I’m pleased to write, in follow-up today, that the Ohio Supreme Court has ultimately gotten to the correct outcome – it has rejected the findings below that the applicant was engaged in UPL while working on Kentucky matters for Kentucky clients in an Ohio office while awaiting action on her application for admission in Ohio.  As a result, it has finally cleared her to be admitted to practice in Ohio after multiple years of waiting after transferring from a Kentucky office of her law firm employer to an Ohio office of that same firm.

The majority opinion does a workperson-like job at justifying that outcome by stretching the meaning of the word “temporary” to its furthest defensible point — anything that is not permanent.  But, as the fascinating-and-much-more-important-to-the-future-of-our-profession concurring opinion explains: the majority opinion did so at the cost of mostly ignoring other text of the rules – particularly the text of the relevant rule that limits when a lawyer can provide services “through an office.”

The concurring opinion deserves your attention and a full read.  It is my strong hope that the rationale and logic expressed in the concurring opinion is the rationale and logic which will be embraced moving forward by all courts and other bodies dealing with this issue.  If RPC 5.5 could be used to determine that a lawyer “working remotely” is engaged in UPL, then RPC 5.5 applied in that fashion is simply, but plainly, unconstitutional.

The core of the concurring opinion’s analysis is a strong and smart understanding of what such a rule is truly saying:

But when applied to a lawyer who is not practicing Ohio law or appearing in Ohio courts, [RPC] 5.5(b) serves no state interest. Plainly, as applied to such a lawyer, the rule does not further the state’s interest in protecting the integrity of our court system. Jones, and others like her, are not practicing in Ohio courts.

Nor does application of the rule to such lawyers serve the state’s interest in protecting the Ohio public. Jones and others in her situation are not providing services to or holding themselves out as lawyers to the Ohio public.  Jones’s conduct as a lawyer is regulated by the state of Kentucky—the state in
whose forums she appears.

The problem is that unless a specific exception applies, [RPC] 5.5(b)(1) holds one to be engaged in the “unauthorized practice of law” and subject to legal sanction therefor simply because one has established an office or a systematic and continuous presence in the state. The rule deems such a
lawyer to have engaged in the unauthorized practice of law regardless of whether her practice touches on the Ohio public or Ohio courts. In an earlier age, perhaps such a rule made sense. Before the advent of the Internet, electronic communication, and the like, a lawyer who worked in Ohio was almost always
practicing Ohio law. But today that is hardly the case. Any number of lawyers, for any number of reasons, may choose to do their work from Ohio. Yet that does not give Ohio a right to prohibit their conduct.
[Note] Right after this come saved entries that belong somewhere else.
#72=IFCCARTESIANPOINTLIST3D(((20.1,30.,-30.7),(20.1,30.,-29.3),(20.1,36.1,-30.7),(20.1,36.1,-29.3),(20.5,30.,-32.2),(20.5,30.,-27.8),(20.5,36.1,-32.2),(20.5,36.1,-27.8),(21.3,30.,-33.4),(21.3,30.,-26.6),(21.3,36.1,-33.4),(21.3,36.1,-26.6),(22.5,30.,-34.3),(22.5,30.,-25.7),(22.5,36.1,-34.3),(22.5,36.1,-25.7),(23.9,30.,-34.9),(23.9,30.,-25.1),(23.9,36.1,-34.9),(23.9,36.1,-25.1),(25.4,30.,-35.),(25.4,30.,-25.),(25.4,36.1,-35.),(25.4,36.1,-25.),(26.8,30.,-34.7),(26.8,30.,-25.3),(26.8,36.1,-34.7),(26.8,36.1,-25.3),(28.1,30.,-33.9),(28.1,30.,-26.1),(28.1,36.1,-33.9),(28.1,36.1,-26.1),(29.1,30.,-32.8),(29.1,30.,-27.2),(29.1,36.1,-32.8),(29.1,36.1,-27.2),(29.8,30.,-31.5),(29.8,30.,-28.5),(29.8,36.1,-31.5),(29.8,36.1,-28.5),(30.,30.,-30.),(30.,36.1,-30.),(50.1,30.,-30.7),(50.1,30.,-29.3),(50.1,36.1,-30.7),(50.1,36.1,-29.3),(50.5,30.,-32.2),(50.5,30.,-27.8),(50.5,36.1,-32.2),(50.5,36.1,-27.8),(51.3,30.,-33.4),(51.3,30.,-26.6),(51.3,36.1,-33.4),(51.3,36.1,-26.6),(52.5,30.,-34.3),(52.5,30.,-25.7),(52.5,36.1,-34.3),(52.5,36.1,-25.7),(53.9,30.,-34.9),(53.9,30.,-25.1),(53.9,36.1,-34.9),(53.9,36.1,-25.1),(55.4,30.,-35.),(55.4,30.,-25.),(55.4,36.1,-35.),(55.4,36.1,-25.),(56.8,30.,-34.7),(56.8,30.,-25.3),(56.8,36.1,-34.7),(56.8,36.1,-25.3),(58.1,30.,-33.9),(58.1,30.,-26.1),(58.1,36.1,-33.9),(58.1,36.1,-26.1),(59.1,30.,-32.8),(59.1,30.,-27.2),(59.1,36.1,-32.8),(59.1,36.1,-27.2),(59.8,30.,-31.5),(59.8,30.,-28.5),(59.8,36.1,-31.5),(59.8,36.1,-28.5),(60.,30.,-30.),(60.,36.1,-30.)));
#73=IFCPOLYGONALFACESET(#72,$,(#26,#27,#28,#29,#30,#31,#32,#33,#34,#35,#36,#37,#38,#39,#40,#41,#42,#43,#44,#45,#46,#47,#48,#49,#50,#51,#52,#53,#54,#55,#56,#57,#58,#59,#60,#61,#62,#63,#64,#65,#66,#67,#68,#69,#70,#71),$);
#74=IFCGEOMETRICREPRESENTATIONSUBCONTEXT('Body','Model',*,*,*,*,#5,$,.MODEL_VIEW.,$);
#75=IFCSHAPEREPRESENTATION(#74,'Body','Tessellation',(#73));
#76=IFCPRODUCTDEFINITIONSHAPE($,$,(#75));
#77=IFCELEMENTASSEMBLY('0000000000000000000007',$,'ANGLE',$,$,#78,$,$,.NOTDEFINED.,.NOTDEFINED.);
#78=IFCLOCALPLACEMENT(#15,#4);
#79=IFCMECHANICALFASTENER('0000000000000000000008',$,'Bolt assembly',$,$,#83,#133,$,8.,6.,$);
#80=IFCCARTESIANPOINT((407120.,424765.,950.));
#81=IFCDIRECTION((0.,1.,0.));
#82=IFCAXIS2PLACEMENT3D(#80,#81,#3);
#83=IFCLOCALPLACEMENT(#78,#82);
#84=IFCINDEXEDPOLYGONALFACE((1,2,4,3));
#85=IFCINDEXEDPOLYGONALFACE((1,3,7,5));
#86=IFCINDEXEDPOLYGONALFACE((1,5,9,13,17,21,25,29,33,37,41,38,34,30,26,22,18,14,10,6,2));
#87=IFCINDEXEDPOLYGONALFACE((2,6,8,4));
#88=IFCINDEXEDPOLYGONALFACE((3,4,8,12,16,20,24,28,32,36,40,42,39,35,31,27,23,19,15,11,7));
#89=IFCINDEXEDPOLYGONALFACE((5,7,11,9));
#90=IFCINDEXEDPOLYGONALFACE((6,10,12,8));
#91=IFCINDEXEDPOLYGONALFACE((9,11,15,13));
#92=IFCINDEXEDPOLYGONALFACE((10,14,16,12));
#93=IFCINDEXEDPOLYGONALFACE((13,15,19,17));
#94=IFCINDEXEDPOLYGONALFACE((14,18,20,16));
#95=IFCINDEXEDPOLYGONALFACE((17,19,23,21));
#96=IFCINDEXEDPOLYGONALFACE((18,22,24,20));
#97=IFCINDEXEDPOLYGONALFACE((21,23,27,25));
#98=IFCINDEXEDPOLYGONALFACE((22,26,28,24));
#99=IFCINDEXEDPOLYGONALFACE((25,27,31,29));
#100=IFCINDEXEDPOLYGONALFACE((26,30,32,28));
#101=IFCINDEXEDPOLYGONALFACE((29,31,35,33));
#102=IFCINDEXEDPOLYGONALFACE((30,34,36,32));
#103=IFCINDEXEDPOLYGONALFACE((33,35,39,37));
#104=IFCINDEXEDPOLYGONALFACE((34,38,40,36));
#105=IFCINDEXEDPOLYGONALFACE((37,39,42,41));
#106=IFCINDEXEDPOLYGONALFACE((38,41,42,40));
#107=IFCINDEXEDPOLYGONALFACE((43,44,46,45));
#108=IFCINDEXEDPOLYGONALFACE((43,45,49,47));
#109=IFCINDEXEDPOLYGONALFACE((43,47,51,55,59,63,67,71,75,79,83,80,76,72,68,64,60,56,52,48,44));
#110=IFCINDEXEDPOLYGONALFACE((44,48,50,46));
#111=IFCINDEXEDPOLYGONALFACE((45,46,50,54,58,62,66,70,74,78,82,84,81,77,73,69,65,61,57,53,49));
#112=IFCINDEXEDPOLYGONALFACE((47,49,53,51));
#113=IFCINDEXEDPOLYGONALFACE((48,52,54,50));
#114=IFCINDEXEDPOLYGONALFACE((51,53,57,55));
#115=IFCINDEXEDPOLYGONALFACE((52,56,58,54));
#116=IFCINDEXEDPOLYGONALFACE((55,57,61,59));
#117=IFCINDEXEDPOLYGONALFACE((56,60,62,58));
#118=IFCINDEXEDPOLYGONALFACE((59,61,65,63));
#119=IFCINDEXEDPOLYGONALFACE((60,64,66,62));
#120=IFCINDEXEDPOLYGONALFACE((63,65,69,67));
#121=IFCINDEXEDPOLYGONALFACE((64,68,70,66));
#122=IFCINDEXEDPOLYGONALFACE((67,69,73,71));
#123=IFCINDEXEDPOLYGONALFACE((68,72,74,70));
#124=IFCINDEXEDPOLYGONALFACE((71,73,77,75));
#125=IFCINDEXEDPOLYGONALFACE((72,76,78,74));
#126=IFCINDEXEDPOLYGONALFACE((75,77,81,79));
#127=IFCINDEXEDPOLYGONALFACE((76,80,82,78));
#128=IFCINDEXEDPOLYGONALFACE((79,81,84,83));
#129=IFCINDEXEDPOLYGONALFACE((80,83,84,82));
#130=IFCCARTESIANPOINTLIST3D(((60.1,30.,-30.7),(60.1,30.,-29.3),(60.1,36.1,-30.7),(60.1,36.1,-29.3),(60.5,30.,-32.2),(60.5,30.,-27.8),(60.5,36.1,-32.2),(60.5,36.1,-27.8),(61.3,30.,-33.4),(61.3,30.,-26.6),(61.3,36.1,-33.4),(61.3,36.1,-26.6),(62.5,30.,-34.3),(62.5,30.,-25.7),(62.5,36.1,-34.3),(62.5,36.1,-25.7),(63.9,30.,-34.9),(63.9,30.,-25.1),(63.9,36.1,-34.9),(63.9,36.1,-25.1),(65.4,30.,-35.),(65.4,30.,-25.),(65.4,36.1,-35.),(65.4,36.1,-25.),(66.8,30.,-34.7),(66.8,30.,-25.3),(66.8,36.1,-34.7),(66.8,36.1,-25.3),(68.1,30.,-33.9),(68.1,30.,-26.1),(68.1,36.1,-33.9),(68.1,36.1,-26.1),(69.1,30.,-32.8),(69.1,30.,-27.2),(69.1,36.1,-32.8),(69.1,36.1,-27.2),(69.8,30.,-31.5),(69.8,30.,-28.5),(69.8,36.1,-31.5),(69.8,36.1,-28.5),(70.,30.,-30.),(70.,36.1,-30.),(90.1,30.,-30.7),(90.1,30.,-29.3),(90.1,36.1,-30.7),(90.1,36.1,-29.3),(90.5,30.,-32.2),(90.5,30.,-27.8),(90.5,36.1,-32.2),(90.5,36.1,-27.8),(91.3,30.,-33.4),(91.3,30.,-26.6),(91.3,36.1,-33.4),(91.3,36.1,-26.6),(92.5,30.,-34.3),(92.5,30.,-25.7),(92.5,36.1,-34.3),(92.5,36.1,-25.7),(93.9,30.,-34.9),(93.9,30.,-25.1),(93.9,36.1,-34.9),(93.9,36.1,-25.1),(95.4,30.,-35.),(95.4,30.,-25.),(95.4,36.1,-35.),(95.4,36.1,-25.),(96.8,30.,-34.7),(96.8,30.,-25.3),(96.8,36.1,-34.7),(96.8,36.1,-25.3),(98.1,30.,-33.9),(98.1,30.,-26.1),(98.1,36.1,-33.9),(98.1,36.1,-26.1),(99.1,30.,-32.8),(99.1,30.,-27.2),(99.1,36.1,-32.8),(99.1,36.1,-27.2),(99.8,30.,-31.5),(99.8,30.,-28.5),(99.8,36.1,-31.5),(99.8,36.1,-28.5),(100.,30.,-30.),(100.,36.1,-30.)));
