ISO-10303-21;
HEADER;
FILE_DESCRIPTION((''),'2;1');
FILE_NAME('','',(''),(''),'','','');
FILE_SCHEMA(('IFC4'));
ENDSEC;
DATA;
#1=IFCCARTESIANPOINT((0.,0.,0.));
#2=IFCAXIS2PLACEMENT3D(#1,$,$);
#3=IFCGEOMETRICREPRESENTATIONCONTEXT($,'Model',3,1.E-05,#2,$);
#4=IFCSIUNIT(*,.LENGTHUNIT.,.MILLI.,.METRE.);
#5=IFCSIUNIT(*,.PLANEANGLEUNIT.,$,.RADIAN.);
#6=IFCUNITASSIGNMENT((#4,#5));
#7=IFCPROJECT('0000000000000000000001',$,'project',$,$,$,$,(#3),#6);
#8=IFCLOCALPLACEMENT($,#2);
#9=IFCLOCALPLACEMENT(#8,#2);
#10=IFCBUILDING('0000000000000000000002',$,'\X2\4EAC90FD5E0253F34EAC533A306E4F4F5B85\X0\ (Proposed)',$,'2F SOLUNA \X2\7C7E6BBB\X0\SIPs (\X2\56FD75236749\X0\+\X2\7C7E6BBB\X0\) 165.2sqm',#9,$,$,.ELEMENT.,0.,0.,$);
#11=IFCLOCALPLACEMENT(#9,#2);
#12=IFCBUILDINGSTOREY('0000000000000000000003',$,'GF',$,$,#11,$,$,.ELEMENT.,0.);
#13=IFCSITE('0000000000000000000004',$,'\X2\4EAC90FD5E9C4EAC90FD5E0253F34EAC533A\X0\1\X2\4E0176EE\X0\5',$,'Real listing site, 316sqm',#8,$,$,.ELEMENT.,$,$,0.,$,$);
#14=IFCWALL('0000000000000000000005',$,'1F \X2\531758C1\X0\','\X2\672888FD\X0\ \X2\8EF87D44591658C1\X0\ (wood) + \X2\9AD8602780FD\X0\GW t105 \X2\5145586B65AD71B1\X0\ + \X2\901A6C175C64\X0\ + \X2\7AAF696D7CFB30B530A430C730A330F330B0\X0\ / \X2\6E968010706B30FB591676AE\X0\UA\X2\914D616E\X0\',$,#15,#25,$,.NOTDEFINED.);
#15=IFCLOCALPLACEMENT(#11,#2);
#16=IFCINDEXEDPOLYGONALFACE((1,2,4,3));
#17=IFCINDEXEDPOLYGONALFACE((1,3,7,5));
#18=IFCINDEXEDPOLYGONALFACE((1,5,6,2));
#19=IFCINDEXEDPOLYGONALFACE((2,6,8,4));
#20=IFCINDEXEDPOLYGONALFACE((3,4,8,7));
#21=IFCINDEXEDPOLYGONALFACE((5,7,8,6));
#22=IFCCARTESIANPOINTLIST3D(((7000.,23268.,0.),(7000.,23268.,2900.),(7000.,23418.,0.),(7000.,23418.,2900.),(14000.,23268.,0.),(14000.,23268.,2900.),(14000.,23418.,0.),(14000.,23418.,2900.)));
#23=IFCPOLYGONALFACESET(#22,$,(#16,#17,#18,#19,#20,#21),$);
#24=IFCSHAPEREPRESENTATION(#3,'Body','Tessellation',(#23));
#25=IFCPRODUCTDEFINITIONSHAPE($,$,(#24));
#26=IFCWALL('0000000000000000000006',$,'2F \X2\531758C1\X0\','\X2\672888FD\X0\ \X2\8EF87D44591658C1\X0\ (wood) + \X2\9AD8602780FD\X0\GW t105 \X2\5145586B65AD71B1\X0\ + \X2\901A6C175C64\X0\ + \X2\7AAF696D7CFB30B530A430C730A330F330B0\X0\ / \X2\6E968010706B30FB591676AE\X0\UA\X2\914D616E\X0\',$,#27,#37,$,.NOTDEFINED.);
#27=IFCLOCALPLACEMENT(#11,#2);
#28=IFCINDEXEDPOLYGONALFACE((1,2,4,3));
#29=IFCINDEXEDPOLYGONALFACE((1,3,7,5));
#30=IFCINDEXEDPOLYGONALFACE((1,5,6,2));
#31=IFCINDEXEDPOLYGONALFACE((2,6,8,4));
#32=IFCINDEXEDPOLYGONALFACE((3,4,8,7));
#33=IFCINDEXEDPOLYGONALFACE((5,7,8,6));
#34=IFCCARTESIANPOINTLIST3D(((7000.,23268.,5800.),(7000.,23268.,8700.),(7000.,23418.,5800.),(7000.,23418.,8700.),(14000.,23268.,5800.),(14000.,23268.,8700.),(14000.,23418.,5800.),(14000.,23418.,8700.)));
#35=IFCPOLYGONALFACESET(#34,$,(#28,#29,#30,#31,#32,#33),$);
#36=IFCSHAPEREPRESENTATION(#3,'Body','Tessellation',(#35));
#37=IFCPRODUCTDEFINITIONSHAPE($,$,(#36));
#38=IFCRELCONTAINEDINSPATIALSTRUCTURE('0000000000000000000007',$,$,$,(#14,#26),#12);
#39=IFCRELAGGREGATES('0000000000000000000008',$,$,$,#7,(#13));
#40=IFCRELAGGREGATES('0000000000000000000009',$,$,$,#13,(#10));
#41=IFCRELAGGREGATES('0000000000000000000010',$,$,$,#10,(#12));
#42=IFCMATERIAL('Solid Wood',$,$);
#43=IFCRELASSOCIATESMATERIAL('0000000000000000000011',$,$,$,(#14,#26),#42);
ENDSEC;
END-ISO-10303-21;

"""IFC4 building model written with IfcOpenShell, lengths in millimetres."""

from ifc_helpers import new_model, si_unit, frame, frame_2d, origin, place, context, project, spatial, rectangle, extrude, material, element, save


model = new_model("IFC4")

# Units and contexts
model_context = context("Model", 3, precision=1e-05, world=origin())
ifc_project = project(units=[si_unit("LENGTHUNIT", "METRE", prefix="MILLI"), si_unit("PLANEANGLEUNIT", "RADIAN")], contexts=[model_context])

# Site, building, storey
site_placement = place(None, origin())
site = spatial("IfcSite", under=ifc_project, at=site_placement, Name="京都府京都市右京区1丁目5", ObjectType="Real listing site, 316sqm", CompositionType="ELEMENT", RefElevation=0.0)
building_placement = place(site_placement, origin())
building = spatial("IfcBuilding", under=site, at=building_placement, Name="京都市右京区の住宅 (Proposed)", ObjectType="2F SOLUNA 籾殻SIPs (国産杉+籾殻) 165.2sqm", CompositionType="ELEMENT", ElevationOfRefHeight=0.0, ElevationOfTerrain=0.0)
storey_placement = place(building_placement, origin())
storey = spatial("IfcBuildingStorey", under=building, at=storey_placement, Name="GF", CompositionType="ELEMENT", Elevation=0.0)

# Shared definitions
ifc_material_1 = material(Name="Solid Wood")

# Wall
wall_1_placement = place(storey_placement, frame((3500.0, 11634.0, 0.0)))
element("IfcWall", 1, at=wall_1_placement, inside=storey, material=ifc_material_1, Name="1F 北壁", Description="木製 軸組外壁 (wood) + 高性能GW t105 充填断熱 + 通気層 + 窯業系サイディング / 準耐火・外皮UA配慮", PredefinedType="NOTDEFINED", context=model_context, shape_type="SweptSolid", body=[
    extrude(rectangle(XDim=7000.0, YDim=150.0, at=frame_2d((3500.0, 75.0))), frame((3500.0, 11634.0, 0.0)), (0.0, 0.0, 1.0), 2900.0),
])

# Wall
wall_2_placement = place(storey_placement, frame((3500.0, 11634.0, 2900.0)))
element("IfcWall", 2, at=wall_2_placement, inside=storey, material=ifc_material_1, Name="2F 北壁", Description="木製 軸組外壁 (wood) + 高性能GW t105 充填断熱 + 通気層 + 窯業系サイディング / 準耐火・外皮UA配慮", PredefinedType="NOTDEFINED", context=model_context, shape_type="SweptSolid", body=[
    extrude(rectangle(XDim=7000.0, YDim=150.0, at=frame_2d((3500.0, 75.0))), frame((3500.0, 11634.0, 2900.0)), (0.0, 0.0, 1.0), 2900.0),
])

save(model, "model.ifc")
Indeed, imagine what would happen if the rule were strictly enforced. Are we to ban lawyers from setting up a secondary office inside their homes so that they can access their files remotely simply because their homes happen to be in Ohio and their practices in another state? What about a New York attorney who maintains an Ohio vacation home on Lake Erie and is there for several months of the year? Certainly such an attorney has a continuous and systematic
presence in Ohio, but are we really going to say that she has engaged in the unauthorized practice of law because she does New York legal work at her vacation home?

I would conclude that as applied to an out-of-state attorney who is not practicing in Ohio courts or providing Ohio legal services, [RPC] 5.5(b)(1) violates Article I, Section 1 of the Ohio Constitution and the Due Process Clause of the Fourteenth Amendment to the United States Constitution.